Los chicos, antes de desaparecer detrás del Chrysler, habían mirado por la ranura lateral del vehículo para hacerse una idea del espacio en el que tendrían que maniobrar.

Tras aquel último vistazo, nadie había sido capaz de determinar si Jules aún estaba vivo.

Ahora Mathieu se encontraba una vez más ante los mandos del monovolumen, dispuesto a activar el mecanismo para levantar la plancha que mantenía encerrado a su amigo gótico. En ese instante se consumía ya, víctima de su propia impaciencia.

Las instrucciones habían sido muy claras, tajantes: si algo salía mal, tenía que volver a bloquear de inmediato el habitáculo, descorrer las cortinas del piso superior para que entrara la luz del sol y, a continuación, llamar a los servidores del palacio. Ellos sabrían cómo actuar para mantener el aislamiento mientras convocaban a la Hermandad de Videntes. Lo que bajo ningún concepto debía hacer era intervenir para ayudar a sus amigos. El riesgo de dejar suelto por París a un vampiro no permitía jugar a héroes.

La realidad imponía sus reglas.

Él permanecía atento a la señal convenida mientras los demás —bien pertrechados— aguardaban, tensos y silenciosos, junto a las portezuelas traseras del Chrysler abiertas de par en par.

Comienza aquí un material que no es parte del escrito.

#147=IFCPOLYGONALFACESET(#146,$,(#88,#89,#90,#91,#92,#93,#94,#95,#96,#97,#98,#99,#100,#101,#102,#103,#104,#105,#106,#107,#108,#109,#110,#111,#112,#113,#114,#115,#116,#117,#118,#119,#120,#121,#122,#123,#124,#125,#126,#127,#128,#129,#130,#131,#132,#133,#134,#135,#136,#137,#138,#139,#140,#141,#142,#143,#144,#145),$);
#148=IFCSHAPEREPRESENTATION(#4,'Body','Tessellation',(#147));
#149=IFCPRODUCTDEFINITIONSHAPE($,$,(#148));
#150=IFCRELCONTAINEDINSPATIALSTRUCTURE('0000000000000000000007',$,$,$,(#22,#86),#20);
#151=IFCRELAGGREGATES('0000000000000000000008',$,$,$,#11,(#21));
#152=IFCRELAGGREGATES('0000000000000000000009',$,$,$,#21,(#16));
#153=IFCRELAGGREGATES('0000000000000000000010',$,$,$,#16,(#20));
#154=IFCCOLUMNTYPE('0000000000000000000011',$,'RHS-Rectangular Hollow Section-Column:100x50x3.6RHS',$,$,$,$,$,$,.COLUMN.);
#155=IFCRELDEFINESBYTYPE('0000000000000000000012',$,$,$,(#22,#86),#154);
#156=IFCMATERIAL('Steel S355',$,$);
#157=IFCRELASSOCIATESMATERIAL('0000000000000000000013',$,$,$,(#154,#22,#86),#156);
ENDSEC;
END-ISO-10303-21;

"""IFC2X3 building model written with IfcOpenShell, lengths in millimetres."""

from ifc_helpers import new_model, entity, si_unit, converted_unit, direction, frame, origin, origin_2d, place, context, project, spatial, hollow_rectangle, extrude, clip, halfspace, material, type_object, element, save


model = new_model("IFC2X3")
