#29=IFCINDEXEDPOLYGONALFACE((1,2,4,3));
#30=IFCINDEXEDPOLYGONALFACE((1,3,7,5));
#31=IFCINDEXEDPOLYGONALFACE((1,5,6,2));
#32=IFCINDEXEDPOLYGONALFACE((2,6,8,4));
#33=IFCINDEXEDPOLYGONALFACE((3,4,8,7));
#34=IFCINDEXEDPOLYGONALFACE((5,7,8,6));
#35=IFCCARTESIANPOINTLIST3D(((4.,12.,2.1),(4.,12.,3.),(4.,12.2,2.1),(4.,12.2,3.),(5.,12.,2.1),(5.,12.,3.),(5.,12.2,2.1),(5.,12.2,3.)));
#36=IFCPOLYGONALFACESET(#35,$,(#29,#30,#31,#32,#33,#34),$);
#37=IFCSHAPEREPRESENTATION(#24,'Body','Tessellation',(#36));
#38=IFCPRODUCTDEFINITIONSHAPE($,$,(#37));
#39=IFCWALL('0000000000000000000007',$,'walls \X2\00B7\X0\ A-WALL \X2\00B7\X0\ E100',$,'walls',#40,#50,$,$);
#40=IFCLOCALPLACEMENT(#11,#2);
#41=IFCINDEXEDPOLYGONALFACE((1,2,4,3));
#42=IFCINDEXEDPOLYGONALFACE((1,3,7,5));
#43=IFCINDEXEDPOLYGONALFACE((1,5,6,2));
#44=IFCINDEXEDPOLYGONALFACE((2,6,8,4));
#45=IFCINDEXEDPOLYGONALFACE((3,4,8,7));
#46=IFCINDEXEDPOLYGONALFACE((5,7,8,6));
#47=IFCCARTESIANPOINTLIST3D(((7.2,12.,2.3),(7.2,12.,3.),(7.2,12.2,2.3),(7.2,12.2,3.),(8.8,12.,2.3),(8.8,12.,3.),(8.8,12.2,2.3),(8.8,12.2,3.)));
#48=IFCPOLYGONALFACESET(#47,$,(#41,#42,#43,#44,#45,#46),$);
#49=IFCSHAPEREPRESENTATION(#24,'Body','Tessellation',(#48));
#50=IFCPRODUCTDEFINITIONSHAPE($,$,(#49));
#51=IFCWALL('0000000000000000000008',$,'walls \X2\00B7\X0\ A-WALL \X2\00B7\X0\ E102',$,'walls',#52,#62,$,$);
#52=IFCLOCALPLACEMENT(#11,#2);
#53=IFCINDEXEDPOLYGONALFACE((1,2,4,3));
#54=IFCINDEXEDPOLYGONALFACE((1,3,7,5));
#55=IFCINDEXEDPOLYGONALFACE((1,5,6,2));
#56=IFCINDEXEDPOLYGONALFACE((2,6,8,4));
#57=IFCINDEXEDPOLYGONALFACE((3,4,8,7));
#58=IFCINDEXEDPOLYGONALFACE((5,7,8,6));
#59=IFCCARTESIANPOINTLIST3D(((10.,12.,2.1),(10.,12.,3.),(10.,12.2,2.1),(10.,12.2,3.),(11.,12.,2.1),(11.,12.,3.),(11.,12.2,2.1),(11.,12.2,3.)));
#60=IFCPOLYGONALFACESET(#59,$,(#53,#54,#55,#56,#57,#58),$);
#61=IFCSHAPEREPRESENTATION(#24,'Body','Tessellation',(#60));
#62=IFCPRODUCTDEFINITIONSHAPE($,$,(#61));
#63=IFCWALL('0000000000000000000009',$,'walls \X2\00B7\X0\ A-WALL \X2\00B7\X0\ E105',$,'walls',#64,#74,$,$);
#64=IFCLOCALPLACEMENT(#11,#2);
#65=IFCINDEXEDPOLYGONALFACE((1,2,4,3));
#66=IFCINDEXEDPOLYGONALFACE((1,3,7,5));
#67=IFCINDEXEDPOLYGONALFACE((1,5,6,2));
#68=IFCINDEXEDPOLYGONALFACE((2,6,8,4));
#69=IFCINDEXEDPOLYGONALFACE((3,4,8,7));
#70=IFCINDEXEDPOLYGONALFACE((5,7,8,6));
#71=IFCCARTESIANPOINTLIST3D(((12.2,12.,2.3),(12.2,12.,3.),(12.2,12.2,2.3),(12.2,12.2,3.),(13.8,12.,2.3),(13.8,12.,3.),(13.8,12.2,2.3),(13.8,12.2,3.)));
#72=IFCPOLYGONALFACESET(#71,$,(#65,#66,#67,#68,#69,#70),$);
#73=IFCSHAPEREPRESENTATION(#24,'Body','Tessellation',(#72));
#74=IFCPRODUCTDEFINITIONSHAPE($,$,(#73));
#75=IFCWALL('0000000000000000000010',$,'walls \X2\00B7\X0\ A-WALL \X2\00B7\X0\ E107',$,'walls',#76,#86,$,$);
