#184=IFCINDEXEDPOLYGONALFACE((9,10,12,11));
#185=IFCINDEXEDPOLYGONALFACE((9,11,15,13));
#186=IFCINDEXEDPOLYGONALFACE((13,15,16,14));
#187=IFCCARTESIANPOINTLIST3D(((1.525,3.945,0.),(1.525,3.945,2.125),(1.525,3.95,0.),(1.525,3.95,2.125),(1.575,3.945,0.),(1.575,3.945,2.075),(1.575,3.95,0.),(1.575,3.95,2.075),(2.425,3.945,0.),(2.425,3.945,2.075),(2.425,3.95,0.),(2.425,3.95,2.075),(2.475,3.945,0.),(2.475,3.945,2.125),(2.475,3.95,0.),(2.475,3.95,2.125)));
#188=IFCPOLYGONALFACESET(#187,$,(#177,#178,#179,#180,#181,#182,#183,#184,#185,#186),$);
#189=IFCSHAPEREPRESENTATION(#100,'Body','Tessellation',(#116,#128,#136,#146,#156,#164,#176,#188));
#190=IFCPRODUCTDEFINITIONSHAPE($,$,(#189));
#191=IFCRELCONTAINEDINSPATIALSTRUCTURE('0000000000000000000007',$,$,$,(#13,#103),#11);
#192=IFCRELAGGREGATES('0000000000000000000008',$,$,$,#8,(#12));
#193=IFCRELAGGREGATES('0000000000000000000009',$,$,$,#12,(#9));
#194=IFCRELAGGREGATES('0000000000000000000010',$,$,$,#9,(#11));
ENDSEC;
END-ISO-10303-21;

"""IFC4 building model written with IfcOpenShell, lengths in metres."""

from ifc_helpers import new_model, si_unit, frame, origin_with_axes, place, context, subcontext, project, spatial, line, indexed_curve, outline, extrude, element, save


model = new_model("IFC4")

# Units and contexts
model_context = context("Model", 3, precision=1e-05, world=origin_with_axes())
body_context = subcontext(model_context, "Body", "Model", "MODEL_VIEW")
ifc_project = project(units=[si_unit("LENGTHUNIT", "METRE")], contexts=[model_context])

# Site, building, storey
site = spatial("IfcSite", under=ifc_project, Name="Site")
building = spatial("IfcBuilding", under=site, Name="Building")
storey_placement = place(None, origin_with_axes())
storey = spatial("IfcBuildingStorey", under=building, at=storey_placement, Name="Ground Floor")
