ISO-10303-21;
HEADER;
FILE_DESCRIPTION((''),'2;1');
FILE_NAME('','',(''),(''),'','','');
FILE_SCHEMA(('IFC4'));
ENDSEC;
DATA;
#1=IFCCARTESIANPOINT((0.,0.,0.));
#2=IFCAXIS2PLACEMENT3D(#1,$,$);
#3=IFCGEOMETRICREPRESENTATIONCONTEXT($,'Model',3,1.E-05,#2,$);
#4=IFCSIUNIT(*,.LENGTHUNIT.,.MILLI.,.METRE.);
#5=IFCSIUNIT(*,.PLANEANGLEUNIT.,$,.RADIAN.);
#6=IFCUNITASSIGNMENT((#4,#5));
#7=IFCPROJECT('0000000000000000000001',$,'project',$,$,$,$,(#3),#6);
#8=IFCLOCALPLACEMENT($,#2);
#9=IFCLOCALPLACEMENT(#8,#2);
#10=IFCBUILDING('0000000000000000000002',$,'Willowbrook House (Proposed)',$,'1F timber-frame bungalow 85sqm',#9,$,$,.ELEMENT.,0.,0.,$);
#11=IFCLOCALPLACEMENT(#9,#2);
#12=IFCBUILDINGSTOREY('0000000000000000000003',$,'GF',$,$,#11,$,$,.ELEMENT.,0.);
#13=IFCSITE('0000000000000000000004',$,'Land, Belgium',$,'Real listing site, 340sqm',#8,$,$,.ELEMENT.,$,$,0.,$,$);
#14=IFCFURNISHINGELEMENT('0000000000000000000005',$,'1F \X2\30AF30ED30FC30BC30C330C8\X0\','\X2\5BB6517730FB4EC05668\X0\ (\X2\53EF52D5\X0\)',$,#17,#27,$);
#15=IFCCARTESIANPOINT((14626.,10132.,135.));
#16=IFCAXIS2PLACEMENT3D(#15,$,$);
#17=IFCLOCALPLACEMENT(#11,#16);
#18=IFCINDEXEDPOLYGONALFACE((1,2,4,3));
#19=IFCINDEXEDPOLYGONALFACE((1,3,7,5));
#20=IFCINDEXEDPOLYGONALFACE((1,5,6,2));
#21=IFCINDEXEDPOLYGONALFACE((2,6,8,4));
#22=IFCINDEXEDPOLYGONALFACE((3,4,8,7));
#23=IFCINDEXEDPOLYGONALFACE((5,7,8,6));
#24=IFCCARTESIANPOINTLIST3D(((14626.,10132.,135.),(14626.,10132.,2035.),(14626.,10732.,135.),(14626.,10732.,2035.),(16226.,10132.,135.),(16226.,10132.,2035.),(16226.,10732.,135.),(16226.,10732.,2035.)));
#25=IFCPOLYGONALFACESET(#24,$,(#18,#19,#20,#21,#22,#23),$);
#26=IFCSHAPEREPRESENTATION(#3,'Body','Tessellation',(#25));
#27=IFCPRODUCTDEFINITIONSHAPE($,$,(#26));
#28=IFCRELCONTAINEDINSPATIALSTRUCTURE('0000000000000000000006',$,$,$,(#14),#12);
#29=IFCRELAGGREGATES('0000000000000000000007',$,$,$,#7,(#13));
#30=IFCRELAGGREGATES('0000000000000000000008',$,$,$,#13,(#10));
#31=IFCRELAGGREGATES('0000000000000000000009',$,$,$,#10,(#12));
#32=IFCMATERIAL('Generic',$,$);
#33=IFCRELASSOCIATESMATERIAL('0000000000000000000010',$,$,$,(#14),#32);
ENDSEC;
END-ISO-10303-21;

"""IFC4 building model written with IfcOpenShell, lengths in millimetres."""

from ifc_helpers import new_model, si_unit, frame, frame_2d, origin, place, context, project, spatial, rectangle, extrude, material, element, save


model = new_model("IFC4")

# Units and contexts
model_context = context("Model", 3, precision=1e-05, world=origin())
ifc_project = project(units=[si_unit("LENGTHUNIT", "METRE", prefix="MILLI"), si_unit("PLANEANGLEUNIT", "RADIAN")], contexts=[model_context])

# Site, building, storey
site_placement = place(None, origin())
site = spatial("IfcSite", under=ifc_project, at=site_placement, Name="Land, Belgium", ObjectType="Real listing site, 340sqm", CompositionType="ELEMENT", RefElevation=0.0)
building_placement = place(site_placement, origin())
building = spatial("IfcBuilding", under=site, at=building_placement, Name="Willowbrook House (Proposed)", ObjectType="1F timber-frame bungalow 85sqm", CompositionType="ELEMENT", ElevationOfRefHeight=0.0, ElevationOfTerrain=0.0)
storey_placement = place(building_placement, origin())
storey = spatial("IfcBuildingStorey", under=building, at=storey_placement, Name="GF", CompositionType="ELEMENT", Elevation=0.0)

# Shared definitions
ifc_material_1 = material(Name="Generic")

# Furnishing element
furnishing_placement = place(storey_placement, frame((14626.0, 10132.0, 135.0)))
element("IfcFurnishingElement", 1, at=furnishing_placement, inside=storey, material=ifc_material_1, Name="1F クローゼット", Description="家具・什器 (可動)", context=model_context, shape_type="SweptSolid", body=[
    extrude(rectangle(XDim=1600.0, YDim=600.0, at=frame_2d((800.0, 300.0))), frame((14626.0, 10132.0, 135.0)), (0.0, 0.0, 1.0), 1900.0),
])

save(model, "model.ifc")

Marcel, cargado con las correas, alargó a Pascal la jeringuilla con la que había extraído la sangre de Lena Lambert del frasco de cristal. Durante aquellos instantes de concentración previa, resultaba fácil adivinar el único pensamiento que copaba las mentes de todos: que no fuera demasiado tarde, que su amigo todavía respirase.

Marcel asomó una mano por el lateral de la carrocería, y Mathieu, lanzando un largo suspiro, presionó el botón correspondiente. Con un golpe, la plancha posterior de metacrilato se encajó en el techo, dejando libre el acceso al interior del vehículo.

Comenzaba la operación.

Tras el zumbido y la esperada pestilencia procedente del interior, quedó ante los ojos de Pascal, Marcel, Michelle y Edouard la escena que acababan de ver minutos antes por la ranura: unos recipientes vacíos y, al fondo, el cuerpo de Jules tendido en el suelo, con los brazos sobre el pecho.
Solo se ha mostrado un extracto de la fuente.